Bücher, die zum Träumen, Schmunzeln und Nachdenken einladen
Die kleine Hexe, Winnetou und Jim Knopf haben inzwischen ihre Unschuld verloren: Passagen aus den Kinderbuch-Klassikern werden teilweise heftig kritisiert. Rassistische Stereotype, veraltete Rollenbilder und ein kolonialistisches Weltbild würden durch die Lektüre verbreitet, so der Vorwurf.
Trotzdem begeistern die Bücher nach wie vor Kinder, Jugendliche und Erwachsene. Wir haben in unseren Bücherschränken gestöbert und weitere empfehlenswerte Kinderbücher gefunden.
Erich Kästner: „Das doppelte Lottchen“
Zugegeben, Kästners „Das Doppelte Lottchen“ ist mehr als kitschig und teils ziemlich aus der Zeit gefallen. Eltern, die sich nach der Trennung die Kinder aufteilen und das jeweils andere einfach im Stich lassen? Und beim ersten Wiedersehen das vergangene Kleinfamilienglück wieder aufnehmen, als wäre nichts gewesen?
Geschenkt. Die Verwechslungsgeschichte um Lotte und Luise ist einfach zu gut. Ein Vergnügen zu lesen, wie die mutigen Mädchen ihrer Vergangenheit auf die Spur kommen und die Eltern raffiniert hinters Licht führen.

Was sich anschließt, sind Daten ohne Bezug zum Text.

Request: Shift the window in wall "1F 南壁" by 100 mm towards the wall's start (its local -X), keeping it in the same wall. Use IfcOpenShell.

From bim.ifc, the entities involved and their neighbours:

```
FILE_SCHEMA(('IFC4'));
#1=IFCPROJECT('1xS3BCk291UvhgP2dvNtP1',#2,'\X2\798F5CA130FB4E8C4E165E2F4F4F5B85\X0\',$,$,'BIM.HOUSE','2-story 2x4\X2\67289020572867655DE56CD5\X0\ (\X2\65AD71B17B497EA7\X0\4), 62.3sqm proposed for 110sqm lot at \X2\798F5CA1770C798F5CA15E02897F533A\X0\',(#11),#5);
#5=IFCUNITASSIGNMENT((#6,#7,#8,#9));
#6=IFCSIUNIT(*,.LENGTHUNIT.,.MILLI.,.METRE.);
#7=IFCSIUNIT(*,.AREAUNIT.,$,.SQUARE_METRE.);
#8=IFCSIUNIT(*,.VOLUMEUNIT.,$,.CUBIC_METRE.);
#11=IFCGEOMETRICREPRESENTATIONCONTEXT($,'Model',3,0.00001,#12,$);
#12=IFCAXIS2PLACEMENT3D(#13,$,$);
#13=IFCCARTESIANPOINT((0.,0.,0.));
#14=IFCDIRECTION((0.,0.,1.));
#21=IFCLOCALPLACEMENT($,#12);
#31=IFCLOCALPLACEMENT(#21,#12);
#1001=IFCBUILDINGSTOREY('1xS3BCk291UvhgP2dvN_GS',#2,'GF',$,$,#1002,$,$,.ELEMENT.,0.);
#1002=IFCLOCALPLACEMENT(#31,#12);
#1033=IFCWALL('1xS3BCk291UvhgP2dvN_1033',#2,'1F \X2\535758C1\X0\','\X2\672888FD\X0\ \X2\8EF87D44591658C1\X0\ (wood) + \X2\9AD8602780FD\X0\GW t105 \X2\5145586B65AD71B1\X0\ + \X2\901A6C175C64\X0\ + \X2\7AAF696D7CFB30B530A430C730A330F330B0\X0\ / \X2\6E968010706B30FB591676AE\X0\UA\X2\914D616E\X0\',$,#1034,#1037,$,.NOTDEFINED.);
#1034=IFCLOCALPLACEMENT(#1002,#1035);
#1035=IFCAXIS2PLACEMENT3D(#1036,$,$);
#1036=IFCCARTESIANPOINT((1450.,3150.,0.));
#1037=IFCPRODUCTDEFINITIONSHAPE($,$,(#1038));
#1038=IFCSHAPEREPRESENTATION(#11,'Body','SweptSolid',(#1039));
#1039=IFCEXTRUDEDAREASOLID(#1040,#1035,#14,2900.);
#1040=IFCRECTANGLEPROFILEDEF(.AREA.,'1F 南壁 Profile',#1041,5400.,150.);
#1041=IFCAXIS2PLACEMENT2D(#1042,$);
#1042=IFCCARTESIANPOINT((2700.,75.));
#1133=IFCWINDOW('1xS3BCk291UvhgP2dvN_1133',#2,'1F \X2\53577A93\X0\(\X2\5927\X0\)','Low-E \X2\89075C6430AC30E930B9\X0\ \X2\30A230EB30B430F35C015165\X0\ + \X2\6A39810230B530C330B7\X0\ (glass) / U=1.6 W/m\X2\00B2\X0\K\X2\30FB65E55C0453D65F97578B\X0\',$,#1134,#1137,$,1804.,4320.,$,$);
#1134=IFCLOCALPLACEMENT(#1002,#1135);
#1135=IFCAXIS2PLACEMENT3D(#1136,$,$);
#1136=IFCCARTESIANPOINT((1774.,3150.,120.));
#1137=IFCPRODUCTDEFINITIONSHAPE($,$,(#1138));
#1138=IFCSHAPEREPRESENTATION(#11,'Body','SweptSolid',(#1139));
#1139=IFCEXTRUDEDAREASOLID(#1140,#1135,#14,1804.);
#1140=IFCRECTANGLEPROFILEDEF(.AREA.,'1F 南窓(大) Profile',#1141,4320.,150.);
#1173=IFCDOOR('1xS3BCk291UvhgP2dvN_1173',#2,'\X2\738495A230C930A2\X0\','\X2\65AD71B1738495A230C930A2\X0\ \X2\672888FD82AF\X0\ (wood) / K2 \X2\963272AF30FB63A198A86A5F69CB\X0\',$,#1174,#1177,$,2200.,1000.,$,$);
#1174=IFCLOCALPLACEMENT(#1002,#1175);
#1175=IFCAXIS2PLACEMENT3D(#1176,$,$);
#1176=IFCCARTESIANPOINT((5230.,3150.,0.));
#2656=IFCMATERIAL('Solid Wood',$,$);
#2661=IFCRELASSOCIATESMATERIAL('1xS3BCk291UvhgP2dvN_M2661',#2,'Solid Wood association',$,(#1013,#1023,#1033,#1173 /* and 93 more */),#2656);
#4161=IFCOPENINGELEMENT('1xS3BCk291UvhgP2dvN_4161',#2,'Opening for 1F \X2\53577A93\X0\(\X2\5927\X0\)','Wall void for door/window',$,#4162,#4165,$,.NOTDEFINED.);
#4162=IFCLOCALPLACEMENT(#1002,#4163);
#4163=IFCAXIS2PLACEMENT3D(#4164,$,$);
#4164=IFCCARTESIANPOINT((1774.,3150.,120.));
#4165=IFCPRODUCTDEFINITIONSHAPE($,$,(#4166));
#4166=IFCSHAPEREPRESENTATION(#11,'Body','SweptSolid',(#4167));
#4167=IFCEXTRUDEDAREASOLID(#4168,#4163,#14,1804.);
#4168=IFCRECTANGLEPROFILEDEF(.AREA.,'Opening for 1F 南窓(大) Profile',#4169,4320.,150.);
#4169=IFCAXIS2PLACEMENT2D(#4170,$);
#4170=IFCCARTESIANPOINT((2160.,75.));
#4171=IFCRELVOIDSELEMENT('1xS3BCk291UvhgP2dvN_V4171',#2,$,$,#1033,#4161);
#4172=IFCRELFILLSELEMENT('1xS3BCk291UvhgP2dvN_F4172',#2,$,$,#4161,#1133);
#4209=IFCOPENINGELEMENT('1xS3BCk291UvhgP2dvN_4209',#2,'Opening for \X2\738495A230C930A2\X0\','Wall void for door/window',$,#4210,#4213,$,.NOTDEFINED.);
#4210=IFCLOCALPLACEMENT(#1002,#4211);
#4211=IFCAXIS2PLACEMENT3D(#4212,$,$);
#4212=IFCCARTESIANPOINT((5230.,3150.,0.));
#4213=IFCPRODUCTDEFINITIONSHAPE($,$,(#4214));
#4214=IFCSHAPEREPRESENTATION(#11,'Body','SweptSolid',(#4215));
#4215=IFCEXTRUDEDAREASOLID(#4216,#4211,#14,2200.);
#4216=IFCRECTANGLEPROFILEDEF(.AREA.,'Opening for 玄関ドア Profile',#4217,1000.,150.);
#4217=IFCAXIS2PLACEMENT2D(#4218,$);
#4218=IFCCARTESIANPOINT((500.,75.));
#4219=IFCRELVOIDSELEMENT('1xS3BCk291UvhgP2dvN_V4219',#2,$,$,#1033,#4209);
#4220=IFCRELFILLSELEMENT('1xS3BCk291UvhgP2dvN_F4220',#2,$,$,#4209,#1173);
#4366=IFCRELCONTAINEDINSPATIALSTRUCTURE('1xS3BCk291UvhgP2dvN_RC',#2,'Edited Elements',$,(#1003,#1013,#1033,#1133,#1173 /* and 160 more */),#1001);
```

```python
import ifcopenshell
import ifcopenshell.api.geometry
import ifcopenshell.util.placement
import ifcopenshell.util.unit

model = ifcopenshell.open("bim.ifc")
unit_scale = ifcopenshell.util.unit.calculate_unit_scale(model)

window = model.by_id(1133)
opening = window.FillsVoids[0].RelatingOpeningElement
wall = opening.VoidsElements[0].RelatingBuildingElement

wall_matrix = ifcopenshell.util.placement.get_local_placement(wall.ObjectPlacement)
shift = wall_matrix[:3, 0] * -0.1 / unit_scale
before = ifcopenshell.util.placement.get_local_placement(window.ObjectPlacement)[:3, 3].copy()

# The window is not placed relative to its opening, so move both.
for product in (opening, window):
    matrix = ifcopenshell.util.placement.get_local_placement(product.ObjectPlacement)
    matrix[:3, 3] += shift
    ifcopenshell.api.geometry.edit_object_placement(model, product=product, matrix=matrix, is_si=False)

after = ifcopenshell.util.placement.get_local_placement(window.ObjectPlacement)[:3, 3]
print("window moved by", (after - before).round(3) + 0.0)

model.write("bim-out.ifc")
```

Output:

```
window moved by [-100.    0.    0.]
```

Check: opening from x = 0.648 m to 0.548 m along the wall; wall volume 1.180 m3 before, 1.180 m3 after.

„Das Doppelte Lottchen“ ist eine Ausnahme in Kästners Werk, weil er die Geschichte hauptsächlich mit weiblichen Hauptfiguren besetzt hat. Und mit was für welchen! Die Mutter ist Journalistin, tritt als unabhängige, berufstätige Alleinerziehende auf. Bemerkenswert für die Zeit – das Buch erschien 1947. Bemerkenswert auch das Thema Scheidung. Das war ein gesellschaftliches Tabu.
Altersempfehlung: ab 6 Jahren
Astrid Lindgren: „Ferien auf Saltkrokan“
Ein verwitweter Schriftsteller und seine vier Kinder verbringen die Ferien auf einer abgelegenen Schäreninsel. In einem alten Schreinerhaus findet die Stockholmer Familie zwar keinen Komfort, dafür aber jede Menge aufregende Abenteuer und eindrückliche Einblicke in das einfache Leben abseits der Stadt.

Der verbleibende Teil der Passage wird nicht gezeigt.